Work to be completed
Look through the lines below and extract each one that contains "IFCSHAPEREPRESENTATION".

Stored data

☆ ☆ ☆

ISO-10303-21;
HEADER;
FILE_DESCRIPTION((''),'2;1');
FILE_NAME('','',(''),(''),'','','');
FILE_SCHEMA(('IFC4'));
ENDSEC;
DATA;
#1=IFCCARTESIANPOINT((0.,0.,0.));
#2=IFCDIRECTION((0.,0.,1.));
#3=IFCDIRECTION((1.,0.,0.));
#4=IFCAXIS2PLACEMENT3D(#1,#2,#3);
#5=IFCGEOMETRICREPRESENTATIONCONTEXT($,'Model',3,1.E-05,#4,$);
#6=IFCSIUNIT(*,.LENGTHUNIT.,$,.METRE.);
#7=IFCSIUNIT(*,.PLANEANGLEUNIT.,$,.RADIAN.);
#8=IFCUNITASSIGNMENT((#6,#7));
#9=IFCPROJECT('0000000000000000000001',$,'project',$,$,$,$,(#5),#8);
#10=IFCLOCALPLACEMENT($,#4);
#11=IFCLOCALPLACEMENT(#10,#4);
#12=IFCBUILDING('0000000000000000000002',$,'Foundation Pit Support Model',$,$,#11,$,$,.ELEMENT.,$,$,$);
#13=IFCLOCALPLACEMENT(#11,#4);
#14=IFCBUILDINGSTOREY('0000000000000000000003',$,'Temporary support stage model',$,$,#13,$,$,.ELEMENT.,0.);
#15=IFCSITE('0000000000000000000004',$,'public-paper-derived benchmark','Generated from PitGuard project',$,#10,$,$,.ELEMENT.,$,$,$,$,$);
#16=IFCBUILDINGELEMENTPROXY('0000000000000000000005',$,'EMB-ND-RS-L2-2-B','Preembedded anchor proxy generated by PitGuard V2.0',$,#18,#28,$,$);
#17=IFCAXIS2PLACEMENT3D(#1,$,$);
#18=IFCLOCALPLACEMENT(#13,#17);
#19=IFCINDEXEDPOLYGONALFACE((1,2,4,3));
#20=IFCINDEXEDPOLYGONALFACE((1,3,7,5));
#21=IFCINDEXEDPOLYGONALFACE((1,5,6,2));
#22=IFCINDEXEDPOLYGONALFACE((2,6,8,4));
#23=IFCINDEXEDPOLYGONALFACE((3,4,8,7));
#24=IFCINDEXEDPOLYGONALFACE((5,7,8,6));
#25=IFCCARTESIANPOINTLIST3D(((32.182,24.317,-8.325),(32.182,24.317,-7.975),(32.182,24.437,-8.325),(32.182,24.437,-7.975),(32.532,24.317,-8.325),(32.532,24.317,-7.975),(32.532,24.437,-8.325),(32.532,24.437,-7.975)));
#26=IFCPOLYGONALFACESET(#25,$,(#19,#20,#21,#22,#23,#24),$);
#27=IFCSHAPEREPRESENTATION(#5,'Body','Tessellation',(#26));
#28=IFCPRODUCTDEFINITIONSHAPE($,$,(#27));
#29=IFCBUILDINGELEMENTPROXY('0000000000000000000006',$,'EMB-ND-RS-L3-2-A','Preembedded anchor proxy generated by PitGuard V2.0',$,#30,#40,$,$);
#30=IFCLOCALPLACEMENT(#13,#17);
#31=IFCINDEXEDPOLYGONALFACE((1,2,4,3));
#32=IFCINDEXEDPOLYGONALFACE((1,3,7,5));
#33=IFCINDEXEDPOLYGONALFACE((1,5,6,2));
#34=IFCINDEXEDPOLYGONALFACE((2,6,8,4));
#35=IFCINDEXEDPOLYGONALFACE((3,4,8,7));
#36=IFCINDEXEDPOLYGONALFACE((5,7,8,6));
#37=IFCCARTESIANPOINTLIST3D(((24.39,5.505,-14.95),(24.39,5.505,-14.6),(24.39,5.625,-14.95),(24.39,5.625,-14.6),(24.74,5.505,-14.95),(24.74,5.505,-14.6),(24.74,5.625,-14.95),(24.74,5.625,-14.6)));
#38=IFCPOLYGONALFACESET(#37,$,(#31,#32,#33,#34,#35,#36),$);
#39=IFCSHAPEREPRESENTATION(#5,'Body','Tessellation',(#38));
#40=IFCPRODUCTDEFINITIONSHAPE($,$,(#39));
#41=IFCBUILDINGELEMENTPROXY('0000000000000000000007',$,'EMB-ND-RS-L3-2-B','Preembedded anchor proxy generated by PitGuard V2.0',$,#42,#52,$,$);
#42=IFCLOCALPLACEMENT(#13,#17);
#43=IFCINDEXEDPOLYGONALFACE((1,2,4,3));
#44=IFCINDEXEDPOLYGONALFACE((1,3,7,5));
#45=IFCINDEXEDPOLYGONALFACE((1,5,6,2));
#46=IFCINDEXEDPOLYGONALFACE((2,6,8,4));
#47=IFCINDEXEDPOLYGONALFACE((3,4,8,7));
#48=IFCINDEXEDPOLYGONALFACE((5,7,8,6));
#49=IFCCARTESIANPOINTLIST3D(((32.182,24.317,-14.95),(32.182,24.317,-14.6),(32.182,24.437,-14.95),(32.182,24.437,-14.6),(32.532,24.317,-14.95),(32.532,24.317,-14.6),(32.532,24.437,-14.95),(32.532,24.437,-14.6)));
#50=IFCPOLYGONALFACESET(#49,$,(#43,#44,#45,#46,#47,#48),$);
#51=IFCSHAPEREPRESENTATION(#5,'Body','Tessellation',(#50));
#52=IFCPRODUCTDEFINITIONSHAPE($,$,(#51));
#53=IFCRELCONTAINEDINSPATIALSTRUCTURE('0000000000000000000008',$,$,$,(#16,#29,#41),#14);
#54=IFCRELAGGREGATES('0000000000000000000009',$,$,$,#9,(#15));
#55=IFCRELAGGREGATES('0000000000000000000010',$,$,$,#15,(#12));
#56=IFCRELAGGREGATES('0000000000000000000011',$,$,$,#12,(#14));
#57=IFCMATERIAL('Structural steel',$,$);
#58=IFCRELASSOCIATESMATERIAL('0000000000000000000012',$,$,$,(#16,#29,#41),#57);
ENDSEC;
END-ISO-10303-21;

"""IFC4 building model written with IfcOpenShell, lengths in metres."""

from ifc_helpers import new_model, si_unit, frame, origin_with_axes, origin_2d, place, context, project, spatial, rectangle, extrude, material, element, save


model = new_model("IFC4")

# Units and contexts
model_context = context("Model", 3, precision=1e-05, world=origin_with_axes())
ifc_project = project(units=[si_unit("LENGTHUNIT", "METRE"), si_unit("PLANEANGLEUNIT", "RADIAN")], contexts=[model_context])

# Site, building, storey
site_placement = place(None, origin_with_axes())
site = spatial("IfcSite", under=ifc_project, at=site_placement, Name="public-paper-derived benchmark", Description="Generated from PitGuard project", CompositionType="ELEMENT")
building_placement = place(site_placement, origin_with_axes())
building = spatial("IfcBuilding", under=site, at=building_placement, Name="Foundation Pit Support Model", CompositionType="ELEMENT")
storey_placement = place(building_placement, origin_with_axes())
storey = spatial("IfcBuildingStorey", under=building, at=storey_placement, Name="Temporary support stage model", CompositionType="ELEMENT", Elevation=0.0)

# Shared definitions
ifc_material_1 = material(Name="Structural steel")

# Building element proxies
for number, where, z_axis, x_axis, name in (
    (1, (32.357, 24.377, -8.325), (0.0, 0.0, 1.0), (1.0, 0.0, 0.0), "EMB-ND-RS-L2-2-B"),
    (2, (24.565, 5.565, -14.95), (0.0, 0.0, 1.0), (1.0, 0.0, 0.0), "EMB-ND-RS-L3-2-A"),
    (3, (32.357, 24.377, -14.95), (0.0, 0.0, 1.0), (1.0, 0.0, 0.0), "EMB-ND-RS-L3-2-B"),
):
    element("IfcBuildingElementProxy", number, at=place(storey_placement, frame(where, z_axis=z_axis, x_axis=x_axis)), inside=storey, material=ifc_material_1, Name=name, Description="Preembedded anchor proxy generated by PitGuard V2.0", context=model_context, shape_type="SweptSolid", body=[
        extrude(rectangle(XDim=0.35, YDim=0.12, at=origin_2d()), origin_with_axes(), (0.0, 0.0, 1.0), 0.35),
    ])

save(model, "model.ifc")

☆ ☆ ☆

Answer box
#27=IFCSHAPEREPRESENTATION(#5,'Body','Tessellation',(#26));
#39=IFCSHAPEREPRESENTATION(#5,'Body','Tessellation',(#38));
#51=IFCSHAPEREPRESENTATION(#5,'Body','Tessellation',(#50));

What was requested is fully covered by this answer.